Виктор немного поколебался, говорить или нет, и решил, что лучше сказать: повредить это ничему не может, но в любом случае вселит в нее надежду.
— Этот человек — мой главный подозреваемый. Я думаю, что именно он убил Федора.
— Вот как! — Бледность Марии Ильиничны усилилась, у губ и носа переходя в синеву. Она тяжело задышала.
«Дурак! — обругал себя Виктор. — Не стоило все же ей этого говорить». И он поспешил задать следующий вопрос, на его взгляд, совершенно безобидный.
— Скажите, Мария Ильинична, у Федора Ривилиса есть знакомая по имени Анна? Она журналистка…
Договорить он не успел — реакция, которая последовала за этим вполне невинным вопросом, так его поразила, что он даже не сразу сообразил, что делать. Лицо Марии Ильиничны посинело, рот открылся, словно она хотела закричать, но не могла, рука судорожно шарила по стене. Но вот рука нащупала кнопку вызова, нажала, и Мария Ильинична потеряла сознание.
В палату вбежала медсестра Светлана. Вмиг оценив обстановку, она вызвала бригаду реаниматоров и только после этого напустилась на Виктора:
— Уходите сейчас же! Это вы ее довели! Вы… Уходите и никогда здесь больше не появляйтесь!

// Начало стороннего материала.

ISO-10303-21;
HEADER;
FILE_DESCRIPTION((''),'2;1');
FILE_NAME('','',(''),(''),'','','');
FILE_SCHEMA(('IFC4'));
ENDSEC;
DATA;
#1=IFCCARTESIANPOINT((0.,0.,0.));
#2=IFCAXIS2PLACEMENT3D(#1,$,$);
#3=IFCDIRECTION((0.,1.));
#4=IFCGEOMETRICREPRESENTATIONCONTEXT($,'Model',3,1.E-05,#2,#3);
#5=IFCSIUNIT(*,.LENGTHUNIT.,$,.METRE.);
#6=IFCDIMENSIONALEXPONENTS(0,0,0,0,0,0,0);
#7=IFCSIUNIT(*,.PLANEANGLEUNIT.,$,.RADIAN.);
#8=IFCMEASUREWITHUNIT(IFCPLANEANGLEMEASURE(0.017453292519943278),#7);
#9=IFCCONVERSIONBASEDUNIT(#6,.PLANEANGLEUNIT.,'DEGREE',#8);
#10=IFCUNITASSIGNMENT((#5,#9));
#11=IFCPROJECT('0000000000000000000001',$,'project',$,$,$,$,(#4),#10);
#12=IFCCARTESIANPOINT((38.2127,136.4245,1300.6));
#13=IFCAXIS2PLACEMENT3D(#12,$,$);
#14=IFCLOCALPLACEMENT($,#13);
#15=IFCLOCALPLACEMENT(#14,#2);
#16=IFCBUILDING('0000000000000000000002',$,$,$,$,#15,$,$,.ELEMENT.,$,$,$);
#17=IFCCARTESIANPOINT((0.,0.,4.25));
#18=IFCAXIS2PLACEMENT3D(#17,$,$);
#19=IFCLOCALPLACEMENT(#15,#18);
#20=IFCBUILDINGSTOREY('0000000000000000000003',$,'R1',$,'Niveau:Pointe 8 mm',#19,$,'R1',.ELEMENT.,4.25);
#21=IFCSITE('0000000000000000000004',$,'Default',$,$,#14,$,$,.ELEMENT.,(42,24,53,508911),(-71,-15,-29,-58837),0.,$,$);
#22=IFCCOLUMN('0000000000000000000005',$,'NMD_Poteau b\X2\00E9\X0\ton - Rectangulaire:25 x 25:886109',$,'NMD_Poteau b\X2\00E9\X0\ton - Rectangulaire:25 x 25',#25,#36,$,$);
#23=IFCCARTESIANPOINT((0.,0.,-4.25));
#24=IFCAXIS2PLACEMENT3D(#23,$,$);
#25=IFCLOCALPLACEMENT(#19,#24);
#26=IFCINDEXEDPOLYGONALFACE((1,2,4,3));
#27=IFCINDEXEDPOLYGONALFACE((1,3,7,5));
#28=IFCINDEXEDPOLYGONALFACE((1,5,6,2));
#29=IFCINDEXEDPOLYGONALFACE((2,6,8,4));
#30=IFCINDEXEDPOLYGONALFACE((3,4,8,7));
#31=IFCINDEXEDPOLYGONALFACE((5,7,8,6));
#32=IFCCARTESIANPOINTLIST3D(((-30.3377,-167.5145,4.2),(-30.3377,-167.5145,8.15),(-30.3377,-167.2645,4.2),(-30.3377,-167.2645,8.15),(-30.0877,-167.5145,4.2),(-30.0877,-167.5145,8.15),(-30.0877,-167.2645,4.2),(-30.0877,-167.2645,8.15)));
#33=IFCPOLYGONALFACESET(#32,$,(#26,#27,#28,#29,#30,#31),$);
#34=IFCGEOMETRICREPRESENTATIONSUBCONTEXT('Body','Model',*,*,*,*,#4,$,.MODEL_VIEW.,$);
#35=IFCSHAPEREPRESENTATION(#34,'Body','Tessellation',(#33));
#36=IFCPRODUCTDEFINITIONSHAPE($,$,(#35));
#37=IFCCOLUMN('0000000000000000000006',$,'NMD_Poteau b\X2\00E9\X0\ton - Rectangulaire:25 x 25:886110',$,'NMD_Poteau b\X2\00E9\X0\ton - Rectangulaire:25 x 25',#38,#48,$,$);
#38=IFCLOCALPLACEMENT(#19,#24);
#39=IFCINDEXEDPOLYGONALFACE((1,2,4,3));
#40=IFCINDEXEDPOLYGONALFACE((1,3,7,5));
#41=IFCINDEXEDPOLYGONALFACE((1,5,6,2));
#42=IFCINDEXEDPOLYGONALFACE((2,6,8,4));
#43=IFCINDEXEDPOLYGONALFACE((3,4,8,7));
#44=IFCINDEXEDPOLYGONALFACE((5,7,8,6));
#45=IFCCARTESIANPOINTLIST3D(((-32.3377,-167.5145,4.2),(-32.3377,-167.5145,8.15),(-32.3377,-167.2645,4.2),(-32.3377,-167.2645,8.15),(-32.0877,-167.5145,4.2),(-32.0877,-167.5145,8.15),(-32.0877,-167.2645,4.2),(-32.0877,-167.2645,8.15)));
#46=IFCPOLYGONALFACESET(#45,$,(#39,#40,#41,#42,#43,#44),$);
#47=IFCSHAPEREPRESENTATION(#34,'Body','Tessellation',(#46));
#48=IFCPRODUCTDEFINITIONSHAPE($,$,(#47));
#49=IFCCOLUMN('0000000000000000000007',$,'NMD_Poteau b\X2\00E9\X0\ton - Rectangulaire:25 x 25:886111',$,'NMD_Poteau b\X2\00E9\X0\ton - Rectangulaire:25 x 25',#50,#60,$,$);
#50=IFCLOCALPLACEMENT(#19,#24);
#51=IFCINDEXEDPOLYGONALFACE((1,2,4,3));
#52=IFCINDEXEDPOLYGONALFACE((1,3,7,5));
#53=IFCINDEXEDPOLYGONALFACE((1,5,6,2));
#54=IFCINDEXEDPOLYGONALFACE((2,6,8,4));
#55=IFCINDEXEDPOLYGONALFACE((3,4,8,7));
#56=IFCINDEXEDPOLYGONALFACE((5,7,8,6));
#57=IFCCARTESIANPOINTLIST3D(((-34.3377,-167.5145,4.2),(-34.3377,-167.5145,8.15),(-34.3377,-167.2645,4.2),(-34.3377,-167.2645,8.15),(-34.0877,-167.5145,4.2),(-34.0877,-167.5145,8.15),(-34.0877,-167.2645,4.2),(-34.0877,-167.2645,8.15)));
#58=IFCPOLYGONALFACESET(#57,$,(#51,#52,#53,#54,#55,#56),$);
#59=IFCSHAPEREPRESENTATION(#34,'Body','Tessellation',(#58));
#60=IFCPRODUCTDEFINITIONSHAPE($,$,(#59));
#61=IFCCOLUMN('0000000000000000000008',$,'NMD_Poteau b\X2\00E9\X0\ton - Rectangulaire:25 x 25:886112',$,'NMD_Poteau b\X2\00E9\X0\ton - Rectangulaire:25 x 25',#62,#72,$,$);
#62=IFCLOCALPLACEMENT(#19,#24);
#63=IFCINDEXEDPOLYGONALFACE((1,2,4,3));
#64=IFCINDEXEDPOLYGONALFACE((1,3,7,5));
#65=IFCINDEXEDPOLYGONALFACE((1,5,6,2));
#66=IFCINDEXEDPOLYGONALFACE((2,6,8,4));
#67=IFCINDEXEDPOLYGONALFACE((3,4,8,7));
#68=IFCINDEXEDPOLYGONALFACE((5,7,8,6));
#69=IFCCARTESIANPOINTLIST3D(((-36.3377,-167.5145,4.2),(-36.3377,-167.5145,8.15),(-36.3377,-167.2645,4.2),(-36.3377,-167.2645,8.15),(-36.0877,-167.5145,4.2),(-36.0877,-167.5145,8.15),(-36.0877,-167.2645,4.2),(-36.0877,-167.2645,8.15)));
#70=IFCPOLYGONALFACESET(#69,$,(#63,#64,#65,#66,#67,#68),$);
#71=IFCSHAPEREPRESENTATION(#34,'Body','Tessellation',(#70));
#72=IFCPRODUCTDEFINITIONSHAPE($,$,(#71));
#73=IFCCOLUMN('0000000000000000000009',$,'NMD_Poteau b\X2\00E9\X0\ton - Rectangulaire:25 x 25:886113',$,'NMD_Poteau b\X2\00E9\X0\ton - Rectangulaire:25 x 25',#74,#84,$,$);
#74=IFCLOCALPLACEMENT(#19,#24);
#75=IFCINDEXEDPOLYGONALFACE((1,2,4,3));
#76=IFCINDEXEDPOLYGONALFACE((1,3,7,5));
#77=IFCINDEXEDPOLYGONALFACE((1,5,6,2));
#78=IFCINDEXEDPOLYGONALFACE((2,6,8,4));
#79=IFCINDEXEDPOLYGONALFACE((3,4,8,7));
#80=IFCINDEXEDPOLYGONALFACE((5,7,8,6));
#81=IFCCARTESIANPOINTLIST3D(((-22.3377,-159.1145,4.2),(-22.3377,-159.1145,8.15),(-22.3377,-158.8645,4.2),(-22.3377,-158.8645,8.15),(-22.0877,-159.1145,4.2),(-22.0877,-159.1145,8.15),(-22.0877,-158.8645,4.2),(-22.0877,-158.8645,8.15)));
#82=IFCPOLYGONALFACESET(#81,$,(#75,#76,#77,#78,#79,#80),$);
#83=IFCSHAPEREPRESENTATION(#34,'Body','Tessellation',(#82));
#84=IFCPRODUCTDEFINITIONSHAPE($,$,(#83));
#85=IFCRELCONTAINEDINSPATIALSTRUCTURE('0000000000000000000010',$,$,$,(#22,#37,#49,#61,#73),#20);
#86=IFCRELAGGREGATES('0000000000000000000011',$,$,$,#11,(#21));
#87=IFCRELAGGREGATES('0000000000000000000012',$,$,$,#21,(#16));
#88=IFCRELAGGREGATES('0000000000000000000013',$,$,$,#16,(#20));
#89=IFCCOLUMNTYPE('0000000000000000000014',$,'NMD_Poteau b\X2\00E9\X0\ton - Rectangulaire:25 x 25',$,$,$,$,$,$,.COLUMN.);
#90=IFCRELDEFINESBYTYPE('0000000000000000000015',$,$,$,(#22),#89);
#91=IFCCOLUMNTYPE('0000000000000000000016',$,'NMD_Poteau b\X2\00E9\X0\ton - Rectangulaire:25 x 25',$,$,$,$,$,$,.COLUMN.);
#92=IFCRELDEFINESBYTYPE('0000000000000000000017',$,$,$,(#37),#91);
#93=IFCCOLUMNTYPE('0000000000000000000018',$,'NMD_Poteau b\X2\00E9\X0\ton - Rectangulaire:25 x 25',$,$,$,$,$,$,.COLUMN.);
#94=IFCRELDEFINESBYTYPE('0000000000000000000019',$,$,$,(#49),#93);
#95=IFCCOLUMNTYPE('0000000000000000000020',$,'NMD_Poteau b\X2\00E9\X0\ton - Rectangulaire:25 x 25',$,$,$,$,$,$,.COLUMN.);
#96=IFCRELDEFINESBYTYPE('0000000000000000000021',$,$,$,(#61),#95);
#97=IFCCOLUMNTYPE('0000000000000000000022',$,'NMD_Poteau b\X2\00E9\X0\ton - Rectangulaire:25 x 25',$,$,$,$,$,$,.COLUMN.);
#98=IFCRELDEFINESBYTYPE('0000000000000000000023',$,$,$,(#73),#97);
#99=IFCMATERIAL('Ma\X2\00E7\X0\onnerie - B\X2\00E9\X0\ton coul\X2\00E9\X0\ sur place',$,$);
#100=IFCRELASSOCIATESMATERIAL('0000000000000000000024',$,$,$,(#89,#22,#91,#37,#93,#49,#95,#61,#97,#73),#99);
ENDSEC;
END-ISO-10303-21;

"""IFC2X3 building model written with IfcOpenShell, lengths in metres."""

from ifc_helpers import new_model, entity, si_unit, converted_unit, direction, frame, frame_2d, origin, place, context, subcontext, project, spatial, rectangle, extrude, source, transform, mapped, material, type_object, type_shapes, element, save


model = new_model("IFC2X3")

# Units and contexts
model_context = context("Model", 3, precision=1e-05, world=origin(), true_north=direction((0.0, 1.0)))
body_context = subcontext(model_context, "Body", "Model", "MODEL_VIEW")
ifc_project = project(units=[si_unit("LENGTHUNIT", "METRE"), converted_unit("PLANEANGLEUNIT", "DEGREE", entity("IfcPlaneAngleMeasure", 0.017453292519943278), si_unit("PLANEANGLEUNIT", "RADIAN"), dimensions=[0, 0, 0, 0, 0, 0, 0])], contexts=[model_context])

# Site, building, storey
site_placement = place(None, frame((38.2127, 136.4245, 1300.6)))
site = spatial("IfcSite", under=ifc_project, at=site_placement, Name="Default", CompositionType="ELEMENT", RefLatitude=(42, 24, 53, 508911), RefLongitude=(-71, -15, -29, -58837), RefElevation=0.0)
building_placement = place(site_placement, origin())
building = spatial("IfcBuilding", under=site, at=building_placement, CompositionType="ELEMENT")
storey_placement = place(building_placement, frame((0.0, 0.0, 4.25)))
storey = spatial("IfcBuildingStorey", under=building, at=storey_placement, Name="R1", ObjectType="Niveau:Pointe 8 mm", LongName="R1", CompositionType="ELEMENT", Elevation=4.25)

# Columns
ifc_material = material(Name="Maçonnerie - Béton coulé sur place")
column_type_1 = type_object("IfcColumnType", Name="NMD_Poteau béton - Rectangulaire:25 x 25", PredefinedType="COLUMN", material=ifc_material)
shared_shape_1 = source(origin(), body_context, "Body", "SweptSolid", [
    extrude(rectangle(XDim=0.25, YDim=0.25, at=frame_2d((0.0, 0.0), x_axis=(1.0, 0.0))), frame((-30.2127, -167.3895, 4.2), z_axis=(0.0, 0.0, 1.0), x_axis=(-1.0, 0.0, 0.0)), (0.0, 0.0, 1.0), 3.95),
])
type_shapes(column_type_1, [shared_shape_1])
column_1_placement = place(storey_placement, frame((0.0, 0.0, -4.25)))
element("IfcColumn", 1, at=column_1_placement, inside=storey, type_object=column_type_1, material=ifc_material, Name="NMD_Poteau béton - Rectangulaire:25 x 25:886109", ObjectType="NMD_Poteau béton - Rectangulaire:25 x 25", context=body_context, shape_type="MappedRepresentation", body=[
    mapped(shared_shape_1, transform((0.0, 0.0, 0.0), scale=1.0)),
])
column_type_2 = type_object("IfcColumnType", Name="NMD_Poteau béton - Rectangulaire:25 x 25", PredefinedType="COLUMN", material=ifc_material)
shared_shape_2 = source(origin(), body_context, "Body", "SweptSolid", [
    extrude(rectangle(XDim=0.25, YDim=0.25, at=frame_2d((0.0, 0.0), x_axis=(1.0, 0.0))), frame((-32.2127, -167.3895, 4.2), z_axis=(0.0, 0.0, 1.0), x_axis=(-1.0, 0.0, 0.0)), (0.0, 0.0, 1.0), 3.95),
])
type_shapes(column_type_2, [shared_shape_2])
column_2_placement = place(storey_placement, frame((0.0, 0.0, -4.25)))
element("IfcColumn", 2, at=column_2_placement, inside=storey, type_object=column_type_2, material=ifc_material, Name="NMD_Poteau béton - Rectangulaire:25 x 25:886110", ObjectType="NMD_Poteau béton - Rectangulaire:25 x 25", context=body_context, shape_type="MappedRepresentation", body=[
    mapped(shared_shape_2, transform((0.0, 0.0, 0.0), scale=1.0)),
])
column_type_3 = type_object("IfcColumnType", Name="NMD_Poteau béton - Rectangulaire:25 x 25", PredefinedType="COLUMN", material=ifc_material)
shared_shape_3 = source(origin(), body_context, "Body", "SweptSolid", [
    extrude(rectangle(XDim=0.25, YDim=0.25, at=frame_2d((0.0, 0.0), x_axis=(1.0, 0.0))), frame((-34.2127, -167.3895, 4.2), z_axis=(0.0, 0.0, 1.0), x_axis=(-1.0, 0.0, 0.0)), (0.0, 0.0, 1.0), 3.95),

Пораженный, растерянный, он молча вышел из палаты, не понимая, почему такой простой вопрос мог спровоцировать тяжелый сердечный приступ.
* * *
Несмотря на все неувязки, Полина считала, что Анну не только не стоит сбрасывать со счетов, но и, наоборот, именно сейчас нужно повнимательнее к ней прислушаться. Только пройдя весь путь воспоминаний до конца вместе с Анной, она сможет найти ответы. Реальные факты, на которые привык опираться Виктор, для Полины значили не больше, чем сны, рассказанные утром. Их всегда можно подделать, невольно переиначить на тот лад, какой в данный момент устраивает. А воспоминания, которые возникают у человека между жизнью и смертью, сколь бы зыбкими и подчас запутанными они ни казались, не могут возникать просто так. У умирающего слишком мало времени для того, чтобы просто бесцельно фантазировать. К тому же самой Анне требовалась срочная помощь. Она, тяжело раненная, лежит неизвестно где, в каком-то заброшенном доме, возможно, ее еще можно спасти — надежда, конечно, очень мала, но все же, — а Виктор совершенно перестал ее воспринимать, как живого, реального человека. Для него Анна стала чем-то абстрактным, помехой, мешающей расследованию, вредной для рассудка игрой, в которую Полине вздумалось поиграть. Он ни за что не позволил бы снова окунуться в воспоминания Анны — близко не подпустил бы к браслету.